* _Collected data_
..........
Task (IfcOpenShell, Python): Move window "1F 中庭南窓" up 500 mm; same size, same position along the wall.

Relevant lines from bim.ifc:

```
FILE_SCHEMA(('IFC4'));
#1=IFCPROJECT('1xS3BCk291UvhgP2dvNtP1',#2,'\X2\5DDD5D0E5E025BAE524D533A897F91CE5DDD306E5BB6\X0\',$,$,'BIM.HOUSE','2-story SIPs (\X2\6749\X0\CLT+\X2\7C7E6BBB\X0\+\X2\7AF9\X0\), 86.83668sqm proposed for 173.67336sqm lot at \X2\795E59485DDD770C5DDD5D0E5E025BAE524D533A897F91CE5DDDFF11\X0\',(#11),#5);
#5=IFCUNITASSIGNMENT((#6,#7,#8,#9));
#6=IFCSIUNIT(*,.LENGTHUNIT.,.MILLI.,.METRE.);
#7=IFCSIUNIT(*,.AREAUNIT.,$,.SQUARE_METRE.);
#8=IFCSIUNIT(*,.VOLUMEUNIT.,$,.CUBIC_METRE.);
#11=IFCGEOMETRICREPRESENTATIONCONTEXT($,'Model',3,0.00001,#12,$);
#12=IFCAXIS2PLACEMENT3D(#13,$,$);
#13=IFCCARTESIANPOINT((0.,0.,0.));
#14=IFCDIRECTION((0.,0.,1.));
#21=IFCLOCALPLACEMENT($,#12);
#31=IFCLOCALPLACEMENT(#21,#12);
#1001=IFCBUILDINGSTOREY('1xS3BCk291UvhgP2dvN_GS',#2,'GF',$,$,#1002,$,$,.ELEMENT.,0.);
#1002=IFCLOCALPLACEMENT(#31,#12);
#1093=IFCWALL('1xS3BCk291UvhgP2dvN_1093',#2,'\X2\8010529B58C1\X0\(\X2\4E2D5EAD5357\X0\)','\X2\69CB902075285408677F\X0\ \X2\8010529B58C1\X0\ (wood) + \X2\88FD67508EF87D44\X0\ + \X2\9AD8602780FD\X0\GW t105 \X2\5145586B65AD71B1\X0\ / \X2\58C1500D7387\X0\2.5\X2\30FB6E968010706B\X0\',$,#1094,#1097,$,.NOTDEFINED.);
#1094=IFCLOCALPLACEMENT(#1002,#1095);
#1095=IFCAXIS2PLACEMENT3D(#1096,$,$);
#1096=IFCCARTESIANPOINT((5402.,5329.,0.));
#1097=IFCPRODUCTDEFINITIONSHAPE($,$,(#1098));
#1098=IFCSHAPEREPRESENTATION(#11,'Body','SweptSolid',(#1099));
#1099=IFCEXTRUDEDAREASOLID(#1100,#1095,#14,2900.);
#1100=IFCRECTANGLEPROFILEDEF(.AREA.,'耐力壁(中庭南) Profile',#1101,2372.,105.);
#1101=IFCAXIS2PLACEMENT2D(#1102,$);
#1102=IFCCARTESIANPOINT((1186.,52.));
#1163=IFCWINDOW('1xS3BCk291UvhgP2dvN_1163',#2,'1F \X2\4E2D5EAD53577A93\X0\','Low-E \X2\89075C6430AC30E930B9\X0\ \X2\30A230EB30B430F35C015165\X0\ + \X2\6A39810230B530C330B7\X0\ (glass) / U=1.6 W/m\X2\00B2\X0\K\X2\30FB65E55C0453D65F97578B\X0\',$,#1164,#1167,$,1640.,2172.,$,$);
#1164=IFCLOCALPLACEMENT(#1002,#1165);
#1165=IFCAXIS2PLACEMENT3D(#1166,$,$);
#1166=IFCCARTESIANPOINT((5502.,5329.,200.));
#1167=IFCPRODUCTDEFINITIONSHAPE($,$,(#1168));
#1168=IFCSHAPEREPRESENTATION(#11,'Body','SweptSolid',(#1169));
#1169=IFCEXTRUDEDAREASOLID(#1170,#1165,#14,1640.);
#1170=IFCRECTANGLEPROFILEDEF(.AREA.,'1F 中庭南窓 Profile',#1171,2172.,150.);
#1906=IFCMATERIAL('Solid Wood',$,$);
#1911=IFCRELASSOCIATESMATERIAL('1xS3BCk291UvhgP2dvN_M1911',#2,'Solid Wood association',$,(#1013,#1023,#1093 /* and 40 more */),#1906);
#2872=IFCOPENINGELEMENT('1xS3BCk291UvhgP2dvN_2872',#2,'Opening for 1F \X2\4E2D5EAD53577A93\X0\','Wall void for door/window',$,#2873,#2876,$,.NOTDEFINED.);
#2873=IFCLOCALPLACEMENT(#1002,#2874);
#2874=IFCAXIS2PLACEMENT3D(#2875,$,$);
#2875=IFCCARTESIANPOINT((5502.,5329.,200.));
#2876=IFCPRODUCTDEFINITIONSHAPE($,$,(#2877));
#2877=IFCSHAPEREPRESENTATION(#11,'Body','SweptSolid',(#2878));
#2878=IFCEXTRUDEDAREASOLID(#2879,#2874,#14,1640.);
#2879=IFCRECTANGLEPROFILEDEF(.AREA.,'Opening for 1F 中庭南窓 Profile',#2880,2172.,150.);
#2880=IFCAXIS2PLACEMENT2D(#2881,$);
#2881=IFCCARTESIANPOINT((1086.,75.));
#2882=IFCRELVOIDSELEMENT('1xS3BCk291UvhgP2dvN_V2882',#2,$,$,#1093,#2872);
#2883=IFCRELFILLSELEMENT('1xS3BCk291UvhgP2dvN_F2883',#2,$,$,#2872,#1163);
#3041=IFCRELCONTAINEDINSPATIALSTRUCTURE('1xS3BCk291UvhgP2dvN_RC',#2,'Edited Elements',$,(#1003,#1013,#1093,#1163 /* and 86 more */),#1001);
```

```python
import numpy as np
import ifcopenshell
import ifcopenshell.api.geometry
import ifcopenshell.util.placement
import ifcopenshell.util.unit

model = ifcopenshell.open("bim.ifc")
unit_scale = ifcopenshell.util.unit.calculate_unit_scale(model)

window = model.by_guid("1xS3BCk291UvhgP2dvN_1163")
opening = window.FillsVoids[0].RelatingOpeningElement
dz = 500.0

shift = np.array([0.0, 0.0, dz])
# The window is not placed relative to its opening, so move both.
for product in (opening, window):
    matrix = ifcopenshell.util.placement.get_local_placement(product.ObjectPlacement)
    matrix[:3, 3] += shift
    ifcopenshell.api.geometry.edit_object_placement(model, product=product, matrix=matrix, is_si=False)

print(f"moved by {dz * unit_scale:+.3f} m")

model.write("bim-out.ifc")
```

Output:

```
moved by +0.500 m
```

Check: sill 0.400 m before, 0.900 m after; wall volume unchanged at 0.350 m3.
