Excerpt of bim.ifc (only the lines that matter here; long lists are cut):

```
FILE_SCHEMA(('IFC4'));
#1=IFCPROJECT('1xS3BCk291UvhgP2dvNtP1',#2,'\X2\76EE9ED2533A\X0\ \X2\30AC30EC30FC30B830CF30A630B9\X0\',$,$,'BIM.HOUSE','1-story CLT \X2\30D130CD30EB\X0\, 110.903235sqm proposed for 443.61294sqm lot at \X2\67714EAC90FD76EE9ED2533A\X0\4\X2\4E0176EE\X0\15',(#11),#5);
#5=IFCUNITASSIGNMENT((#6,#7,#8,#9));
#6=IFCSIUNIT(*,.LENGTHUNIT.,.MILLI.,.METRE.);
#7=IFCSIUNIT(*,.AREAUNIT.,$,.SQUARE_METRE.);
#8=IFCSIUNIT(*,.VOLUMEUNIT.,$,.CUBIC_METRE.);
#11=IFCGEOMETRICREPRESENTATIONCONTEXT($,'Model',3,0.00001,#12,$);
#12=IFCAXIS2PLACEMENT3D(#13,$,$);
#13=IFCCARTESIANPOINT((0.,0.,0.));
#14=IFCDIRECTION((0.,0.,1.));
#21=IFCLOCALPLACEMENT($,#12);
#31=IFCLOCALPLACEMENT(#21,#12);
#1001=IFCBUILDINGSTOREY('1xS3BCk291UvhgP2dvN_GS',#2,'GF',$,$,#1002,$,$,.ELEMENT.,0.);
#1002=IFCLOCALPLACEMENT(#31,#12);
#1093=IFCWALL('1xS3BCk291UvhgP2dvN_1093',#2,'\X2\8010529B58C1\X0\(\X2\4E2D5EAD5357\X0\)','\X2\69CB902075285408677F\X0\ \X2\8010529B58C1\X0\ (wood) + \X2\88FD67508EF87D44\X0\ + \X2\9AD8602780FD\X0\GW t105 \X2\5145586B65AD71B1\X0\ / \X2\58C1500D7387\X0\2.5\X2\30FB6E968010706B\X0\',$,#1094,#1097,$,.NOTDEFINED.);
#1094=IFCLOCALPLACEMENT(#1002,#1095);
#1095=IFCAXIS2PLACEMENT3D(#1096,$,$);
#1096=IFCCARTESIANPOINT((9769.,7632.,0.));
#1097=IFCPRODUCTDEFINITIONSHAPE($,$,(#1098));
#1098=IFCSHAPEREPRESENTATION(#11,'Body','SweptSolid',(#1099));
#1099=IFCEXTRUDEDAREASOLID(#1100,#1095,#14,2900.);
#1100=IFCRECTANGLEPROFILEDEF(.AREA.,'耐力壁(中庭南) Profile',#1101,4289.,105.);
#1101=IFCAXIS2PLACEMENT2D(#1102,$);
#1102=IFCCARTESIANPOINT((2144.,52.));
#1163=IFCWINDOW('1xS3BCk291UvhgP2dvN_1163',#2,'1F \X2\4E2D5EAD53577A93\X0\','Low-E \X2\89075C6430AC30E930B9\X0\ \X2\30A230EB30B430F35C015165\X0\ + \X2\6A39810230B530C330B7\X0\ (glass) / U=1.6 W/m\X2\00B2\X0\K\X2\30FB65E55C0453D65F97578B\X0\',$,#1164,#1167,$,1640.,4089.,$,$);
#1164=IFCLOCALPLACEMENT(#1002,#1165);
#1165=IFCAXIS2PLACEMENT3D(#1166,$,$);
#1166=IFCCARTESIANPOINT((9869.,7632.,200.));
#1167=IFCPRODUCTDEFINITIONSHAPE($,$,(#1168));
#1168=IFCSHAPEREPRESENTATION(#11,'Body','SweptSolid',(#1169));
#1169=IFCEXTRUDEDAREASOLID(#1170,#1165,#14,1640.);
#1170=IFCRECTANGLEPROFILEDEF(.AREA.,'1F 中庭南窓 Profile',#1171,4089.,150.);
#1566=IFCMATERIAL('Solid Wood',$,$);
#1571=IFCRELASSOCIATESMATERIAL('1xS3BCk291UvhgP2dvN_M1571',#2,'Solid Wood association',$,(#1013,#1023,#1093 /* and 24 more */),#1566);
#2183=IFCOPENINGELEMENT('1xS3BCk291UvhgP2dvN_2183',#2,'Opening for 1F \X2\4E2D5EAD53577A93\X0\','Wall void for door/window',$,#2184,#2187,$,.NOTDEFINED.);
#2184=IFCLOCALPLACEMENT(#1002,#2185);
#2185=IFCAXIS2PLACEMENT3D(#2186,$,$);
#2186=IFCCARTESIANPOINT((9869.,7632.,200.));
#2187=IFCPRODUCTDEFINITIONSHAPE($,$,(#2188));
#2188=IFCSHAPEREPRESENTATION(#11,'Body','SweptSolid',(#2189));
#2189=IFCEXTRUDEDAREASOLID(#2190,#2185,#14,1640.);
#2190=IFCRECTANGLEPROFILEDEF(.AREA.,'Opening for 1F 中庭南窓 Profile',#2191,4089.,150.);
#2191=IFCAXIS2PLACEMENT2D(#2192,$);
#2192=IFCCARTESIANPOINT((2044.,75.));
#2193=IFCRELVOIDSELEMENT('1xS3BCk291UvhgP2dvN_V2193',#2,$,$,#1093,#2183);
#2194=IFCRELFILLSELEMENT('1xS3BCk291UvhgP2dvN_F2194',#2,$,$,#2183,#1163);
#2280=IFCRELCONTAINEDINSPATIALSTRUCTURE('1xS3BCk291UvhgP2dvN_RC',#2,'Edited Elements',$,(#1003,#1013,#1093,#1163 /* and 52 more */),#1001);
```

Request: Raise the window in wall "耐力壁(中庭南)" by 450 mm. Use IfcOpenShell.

```python
import numpy as np
import ifcopenshell
import ifcopenshell.api.geometry
import ifcopenshell.util.placement
import ifcopenshell.util.unit

model = ifcopenshell.open("bim.ifc")
unit_scale = ifcopenshell.util.unit.calculate_unit_scale(model)

window = model.by_guid("1xS3BCk291UvhgP2dvN_1163")
opening = window.FillsVoids[0].RelatingOpeningElement
dz = 450.0

shift = np.array([0.0, 0.0, dz])
# The window is not placed relative to its opening, so move both.
for product in (opening, window):
    matrix = ifcopenshell.util.placement.get_local_placement(product.ObjectPlacement)
    matrix[:3, 3] += shift
    ifcopenshell.api.geometry.edit_object_placement(model, product=product, matrix=matrix, is_si=False)

print(f"moved by {dz * unit_scale:+.3f} m")

model.write("bim-out.ifc")
```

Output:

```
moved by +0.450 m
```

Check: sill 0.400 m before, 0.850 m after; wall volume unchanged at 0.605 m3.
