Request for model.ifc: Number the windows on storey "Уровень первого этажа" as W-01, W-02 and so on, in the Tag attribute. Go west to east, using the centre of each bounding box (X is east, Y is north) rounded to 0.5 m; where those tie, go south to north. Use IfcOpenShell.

First a look at what the model holds.

```python
import ifcopenshell
import ifcopenshell.util.element
import ifcopenshell.util.placement

model = ifcopenshell.open("model.ifc")
print(model.schema)
storey = next(s for s in model.by_type("IfcBuildingStorey") if s.Name == "Уровень первого этажа")
windows = [e for e in ifcopenshell.util.element.get_decomposition(storey) if e.is_a("IfcWindow")]
for e in sorted(windows, key=lambda e: e.id()):
    origin = ifcopenshell.util.placement.get_local_placement(e.ObjectPlacement)[:3, 3]
    print(e.id(), e.Tag, e.Name, origin.round(2) + 0.0, sep=" | ")
```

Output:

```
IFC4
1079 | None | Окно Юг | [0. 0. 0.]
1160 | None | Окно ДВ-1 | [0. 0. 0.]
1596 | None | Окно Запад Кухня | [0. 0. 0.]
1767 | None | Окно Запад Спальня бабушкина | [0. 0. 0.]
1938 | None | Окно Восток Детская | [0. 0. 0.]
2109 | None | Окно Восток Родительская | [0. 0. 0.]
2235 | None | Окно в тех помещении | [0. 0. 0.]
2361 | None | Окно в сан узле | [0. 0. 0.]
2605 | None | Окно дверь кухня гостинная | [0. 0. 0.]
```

```python
import ifcopenshell
import ifcopenshell.geom
import ifcopenshell.util.element
import ifcopenshell.util.shape

model = ifcopenshell.open("model.ifc")
settings = ifcopenshell.geom.settings()
settings.set("use-world-coords", True)


def centre(element):
    shape = ifcopenshell.geom.create_shape(settings, element)
    return ifcopenshell.util.shape.get_bbox_centroid(shape.geometry)


storey = next(s for s in model.by_type("IfcBuildingStorey") if s.Name == "Уровень первого этажа")
windows = [e for e in ifcopenshell.util.element.get_decomposition(storey) if e.is_a("IfcWindow")]

# Insertion points can sit at a corner or the storey origin, so sort by the geometry (in metres).
centres = {e: centre(e) for e in windows}
windows.sort(key=lambda e: (round(centres[e][0] / 0.5), centres[e][1]))

for i, e in enumerate(windows, start=1):
    number = f"W-{i:02d}"
    e.Tag = number
    print(e.id(), number)

model.write("model_v2.ifc")
```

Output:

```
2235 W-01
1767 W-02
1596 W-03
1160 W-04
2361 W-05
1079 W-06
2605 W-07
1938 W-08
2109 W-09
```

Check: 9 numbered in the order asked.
..........
* _What is expected_
In the records above, find each line that mentions the string "Elements", then copy it.

* _Task output_
#3041=IFCRELCONTAINEDINSPATIALSTRUCTURE('1xS3BCk291UvhgP2dvN_RC',#2,'Edited Elements',$,(#1003,#1013,#1093,#1163 /* and 86 more */),#1001);
#2280=IFCRELCONTAINEDINSPATIALSTRUCTURE('1xS3BCk291UvhgP2dvN_RC',#2,'Edited Elements',$,(#1003,#1013,#1093,#1163 /* and 52 more */),#1001);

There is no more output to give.